Each week we ask an expert for tips on how to invest £10,000. This is the third in our series focusing on investment trusts. They are like other funds managed by professionals but are structured as companies. This means investors can trade them on the stock market just as they would any other company, such as Vodafone or Lloyds Banking Group.


Tom Becket, chief investment officer at Psigma Investment Management

The share price for the trust can be higher or lower than the underlying value of its portfolio of stocks, which is known as being at a premium or a discount to net asset value. When at a discount, this is an opportunity to access the shares of the companies the trust invests in more cheaply than buying them directly.

Trusts also have the ability to leverage up — that is, to borrow money to finance new investments — though this obviously comes with risks.

This week, Tom Becket of Psigma Investment Management, which manages £2.6bn of funds, explains why they are useful for small investors.

Becket, 38, lives in Tunbridge Wells, Kent, with his wife Lisa and their children, Betsy, 5, Freddy, 2, and James, three months. He said: “Investment trusts are the elder statesmen of the investment world and some have been around for almost 150 years [the first was launched in 1868 by Foreign & Colonial].

“They allow smaller investors to trade in a diverse range of assets without being tied in. Because they are shares, you can simply sell your holdings if you want to cash in the investment. If you invested in an asset directly — say a commercial property — you might struggle to do so quickly.

“Investment trusts form what I call an alternative or uncorrelated part of my wider investment portfolio. My four picks should therefore be considered as part of a broader, more diversified investment portfolio.

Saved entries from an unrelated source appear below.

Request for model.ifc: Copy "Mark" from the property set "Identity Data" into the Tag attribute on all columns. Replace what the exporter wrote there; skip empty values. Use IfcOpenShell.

First a look at what the model holds.

```python
import ifcopenshell
import ifcopenshell.util.element

model = ifcopenshell.open("model.ifc")
print(model.schema)
columns = model.by_type("IfcColumn")
print(len(columns), "columns")
for e in columns[:8]:
    source = ifcopenshell.util.element.get_pset(e, "Identity Data", "Mark")
    target = e.Tag
    print(e.id(), repr(source), repr(target), sep=" | ")
```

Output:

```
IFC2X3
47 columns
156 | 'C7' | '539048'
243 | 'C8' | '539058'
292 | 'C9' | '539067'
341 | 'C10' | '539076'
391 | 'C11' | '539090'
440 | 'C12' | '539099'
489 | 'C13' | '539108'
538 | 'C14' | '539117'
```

```python
import ifcopenshell
import ifcopenshell.util.element

model = ifcopenshell.open("model.ifc")

count = 0
for e in model.by_type("IfcColumn"):
    value = ifcopenshell.util.element.get_pset(e, "Identity Data", "Mark")
    current = e.Tag
    if not value or not value.strip() or current == value:
        continue
    e.Tag = value
    count += 1

print(count, "columns updated")

model.write("model_edited.ifc")
```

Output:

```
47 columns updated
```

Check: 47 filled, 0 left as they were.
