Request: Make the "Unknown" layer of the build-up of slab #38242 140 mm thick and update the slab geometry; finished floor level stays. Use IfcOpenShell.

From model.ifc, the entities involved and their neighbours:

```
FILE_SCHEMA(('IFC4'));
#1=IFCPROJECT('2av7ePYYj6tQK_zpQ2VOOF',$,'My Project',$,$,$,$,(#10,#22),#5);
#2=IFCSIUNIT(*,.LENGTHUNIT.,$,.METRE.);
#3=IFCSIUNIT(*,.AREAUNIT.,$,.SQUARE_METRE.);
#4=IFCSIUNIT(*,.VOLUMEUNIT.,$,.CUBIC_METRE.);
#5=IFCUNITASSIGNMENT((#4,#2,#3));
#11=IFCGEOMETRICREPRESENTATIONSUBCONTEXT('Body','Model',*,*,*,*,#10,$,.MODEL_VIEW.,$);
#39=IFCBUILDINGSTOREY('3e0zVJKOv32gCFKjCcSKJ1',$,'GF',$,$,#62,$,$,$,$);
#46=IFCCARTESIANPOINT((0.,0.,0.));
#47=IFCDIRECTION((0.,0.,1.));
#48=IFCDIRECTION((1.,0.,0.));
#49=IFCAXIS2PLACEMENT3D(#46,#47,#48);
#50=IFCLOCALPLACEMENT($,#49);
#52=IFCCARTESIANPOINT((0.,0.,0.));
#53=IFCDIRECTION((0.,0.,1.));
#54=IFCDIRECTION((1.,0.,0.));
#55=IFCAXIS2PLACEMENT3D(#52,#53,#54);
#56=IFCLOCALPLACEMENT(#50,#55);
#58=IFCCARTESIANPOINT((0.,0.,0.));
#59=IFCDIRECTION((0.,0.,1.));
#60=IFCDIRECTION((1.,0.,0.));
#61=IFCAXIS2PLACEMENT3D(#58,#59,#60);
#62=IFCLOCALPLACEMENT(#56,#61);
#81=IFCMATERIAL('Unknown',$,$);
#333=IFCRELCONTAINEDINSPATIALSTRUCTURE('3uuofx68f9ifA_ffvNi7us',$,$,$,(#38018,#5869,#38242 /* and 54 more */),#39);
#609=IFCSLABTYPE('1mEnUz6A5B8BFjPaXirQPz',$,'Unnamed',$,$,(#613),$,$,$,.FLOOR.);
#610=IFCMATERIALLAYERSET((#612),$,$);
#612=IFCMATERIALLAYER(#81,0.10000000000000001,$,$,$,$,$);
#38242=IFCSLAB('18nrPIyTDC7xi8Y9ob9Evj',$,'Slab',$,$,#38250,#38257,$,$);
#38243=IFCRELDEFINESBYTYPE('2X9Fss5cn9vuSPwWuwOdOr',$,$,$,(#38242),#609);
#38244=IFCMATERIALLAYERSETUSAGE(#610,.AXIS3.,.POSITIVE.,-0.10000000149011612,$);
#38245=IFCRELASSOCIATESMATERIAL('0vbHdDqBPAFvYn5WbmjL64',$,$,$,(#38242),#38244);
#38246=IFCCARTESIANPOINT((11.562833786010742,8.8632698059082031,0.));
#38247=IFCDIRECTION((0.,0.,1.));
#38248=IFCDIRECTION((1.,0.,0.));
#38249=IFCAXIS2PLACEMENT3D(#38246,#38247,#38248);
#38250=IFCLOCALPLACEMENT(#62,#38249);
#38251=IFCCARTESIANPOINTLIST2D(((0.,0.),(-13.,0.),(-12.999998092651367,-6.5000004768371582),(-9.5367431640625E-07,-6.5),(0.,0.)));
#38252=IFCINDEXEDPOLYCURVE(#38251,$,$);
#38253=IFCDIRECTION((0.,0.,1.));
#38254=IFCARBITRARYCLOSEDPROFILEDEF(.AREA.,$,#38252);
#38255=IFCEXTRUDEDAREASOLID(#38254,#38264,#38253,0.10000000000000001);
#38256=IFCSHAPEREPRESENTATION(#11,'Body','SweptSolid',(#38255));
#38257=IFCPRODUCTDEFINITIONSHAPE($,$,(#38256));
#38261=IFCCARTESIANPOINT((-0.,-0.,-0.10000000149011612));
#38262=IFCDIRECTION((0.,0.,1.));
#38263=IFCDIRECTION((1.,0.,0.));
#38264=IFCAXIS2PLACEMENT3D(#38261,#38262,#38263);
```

```python
import ifcopenshell
import ifcopenshell.util.element
import ifcopenshell.util.representation

model = ifcopenshell.open("model.ifc")

layer_set = model.by_id(610)
layer = next(l for l in layer_set.MaterialLayers if l.Material and l.Material.Name == "Unknown")
change = 0.14 - layer.LayerThickness
layer.LayerThickness += change

# Geometry does not follow the layer set by itself.
slabs = [e for e in ifcopenshell.util.element.get_elements_by_material(model, layer_set) if e.is_a("IfcSlab")]
for slab in sorted(slabs, key=lambda e: e.id()):
    body = ifcopenshell.util.representation.get_representation(slab, "Model", "Body")
    solid = body.Items[0]
    old_depth = solid.Depth
    solid.Depth += change
    # Extruded upwards: lower the start of the extrusion so the top stays.
    x, y, z = solid.Position.Location.Coordinates
    solid.Position.Location = model.createIfcCartesianPoint((x, y, z - change))
    print(slab.id(), f"{old_depth:g} -> {solid.Depth:g}")

# The layers are counted up from the underside, which has moved.
for usage in {ifcopenshell.util.element.get_material(slab) for slab in slabs}:
    usage.OffsetFromReferenceLine -= change

model.write("model_rev.ifc")
```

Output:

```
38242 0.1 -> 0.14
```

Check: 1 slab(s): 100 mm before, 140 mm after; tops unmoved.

I would divide my £10,000 equally between them.”

Here Becket explains his choices.

Woodford Patient Capital Trust (down 9.9% over a year)
This trust focuses on technology and healthcare companies that develop research coming out of top British universities, and includes unquoted companies.

Its main holdings include Prothena and Oxford Nanopore, biotechnology firms that are involved in research and development. I’m a big believer that this sort of company will drive the growth in markets over the coming years and decades.

Woodford Patient Capital did not perform particularly well last year, partly because of a fear that Hillary Clinton would win the American election and introduce regulations that would have a negative impact on the healthcare sector. However, this means the share price is relatively low. I added to my holdings in the trust following Donald Trump’s victory in November.

Throw into the mix that the trust is run by a star fund manager, Neil Woodford, and I can start to get very excited about its long-term growth.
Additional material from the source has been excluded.